Chapter 1: Sleep Now, My Starlight
First Stanza: The Knowledge in Her Hands
Darkness.
Warm and close, like thick wool wrapped around the world. A hush so deep it felt alive. Breathing. Cradling. Holding time still.
A fire crackled nearby, not wildly, but steady. Its light flickered over pine needles and moss. Smoke curled soft and slow, sweet with sap and memory. The night hummed, crickets, wind through leaves.
A woman sat cross legged in the clearing, arms wrapped around a bundle. A baby. Swaddled in linen, tucked to her chest.
Her hair was long. Untamed. A cascade of shadow streaked with ember strands. Her face hid in the hush beneath the trees, but her stillness held strength, as if it alone kept the world together. She rocked. She hummed.
“Sleep Now, My Starlight...”
The lullaby fell like ash, weightless, impossibly old. The baby reached up, fingers no bigger than breath, tugging a curl of her hair. She laughed, full of love and sorrow.
“Where the Stories Begin...”
Above, the stars blinked, distant, cold, tender. Trees stood tall and reverent, limbs outstretched in silent prayer.
“Where the Wild Wind Waits...”
She kissed the baby’s brow, once, twice, a third time. Her lips lingered, memorizing the shape. Then she whispered, not words, not yet. Just breath wrapped around love.
“Where the Candle Is Lit...”
Just rhythm. Just breath. The music of being held.
“At the Edge of Paradise…”
Ash floated again, not from the fire.
“No One Saw Her Cry...”
This ash was heavier. Charred. It fell like burnt feathers.
“She Found Him in Autumn…”
Far off, screams. Human. Sharp. Breaking.
“When Her Tears Had Gone Dry...”
She pressed the child closer. Her song didn’t falter, it steadied.
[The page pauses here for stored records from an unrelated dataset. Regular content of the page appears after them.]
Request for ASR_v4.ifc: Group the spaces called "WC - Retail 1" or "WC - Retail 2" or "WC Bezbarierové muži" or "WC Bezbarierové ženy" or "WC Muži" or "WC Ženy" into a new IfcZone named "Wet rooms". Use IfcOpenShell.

First a look at what the model holds.

```python
import ifcopenshell

model = ifcopenshell.open("ASR_v4.ifc")
print(model.schema)
seen = {}
for space in model.by_type("IfcSpace"):
    seen[space.LongName] = seen.get(space.LongName, 0) + 1
for name, count in sorted(seen.items(), key=str):
    print(count, "x", name)
print("zones:", [z.Name for z in model.by_type("IfcZone")][:20])
```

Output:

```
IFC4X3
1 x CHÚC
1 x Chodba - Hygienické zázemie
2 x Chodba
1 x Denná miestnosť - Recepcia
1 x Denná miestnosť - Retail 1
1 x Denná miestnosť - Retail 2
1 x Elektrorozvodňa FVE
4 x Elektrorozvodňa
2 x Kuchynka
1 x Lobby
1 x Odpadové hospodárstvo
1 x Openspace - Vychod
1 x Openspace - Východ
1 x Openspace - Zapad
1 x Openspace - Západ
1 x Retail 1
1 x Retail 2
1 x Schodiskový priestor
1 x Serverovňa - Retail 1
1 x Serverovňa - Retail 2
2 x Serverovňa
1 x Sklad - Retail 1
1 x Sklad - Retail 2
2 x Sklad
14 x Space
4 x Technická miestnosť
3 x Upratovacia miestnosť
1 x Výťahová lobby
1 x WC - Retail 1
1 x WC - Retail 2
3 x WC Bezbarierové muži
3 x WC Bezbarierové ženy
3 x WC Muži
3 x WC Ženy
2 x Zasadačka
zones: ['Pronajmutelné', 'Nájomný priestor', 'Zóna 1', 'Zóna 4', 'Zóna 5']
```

```python
import ifcopenshell
import ifcopenshell.api.group
import ifcopenshell.api.root

model = ifcopenshell.open("ASR_v4.ifc")

names = {"WC - Retail 1", "WC - Retail 2", "WC Bezbarierové muži", "WC Bezbarierové ženy", "WC Muži", "WC Ženy"}
spaces = [s for s in model.by_type("IfcSpace") if s.LongName in names]

zone = ifcopenshell.api.root.create_entity(model, ifc_class="IfcZone", name="Wet rooms")
ifcopenshell.api.group.assign_group(model, products=spaces, group=zone)
print(len(spaces), "spaces in", zone.Name)

model.write("ASR_v4_edited.ifc")
```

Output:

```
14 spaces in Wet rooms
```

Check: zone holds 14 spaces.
“The Days Have Turned Golden…”
Footsteps. Snapping branches. Smoke turned bitter.
“In a Dress Made of Dawn...”
Torches. Barking. Metal. Men shouting. She ran.
“She Sat with the Serpent…”
The child stayed wrapped in cloth and heat. Her feet flew. Roots, dirt, shadows. She didn’t stumble.
“While the Veil Came Undone...”
Torchlight behind her, gold and terrible. A name screamed. Hers? The child’s? A curse? Silence.
“She Sank Through the Darkness…”
She dropped beneath an ancient tree, bark dark with time. Kissed the baby’s face.
“And Crumbled in Their Hands…”
She didn’t speak. Just song.
“Snow White Paint in Redness...”
Roots parted, deep and hollow. Earth’s cradle. She tucked the child inside. Cloth. Lullaby. The last breath of safety. The lullaby didn’t stop.
“Won’t Heaven Understand?”
And somewhere in the dark, past all the places love can reach, a single tear fell.
And the dream ended.
She’s dreaming still.
Not a picture, but a presence. A hum beneath the heart. A lullaby without a voice.
It clings like dust, soft, invisible, inescapable. A half-remembered song. Smoke. Pine. Something older than fire. The echo of a name once spoken like prayer.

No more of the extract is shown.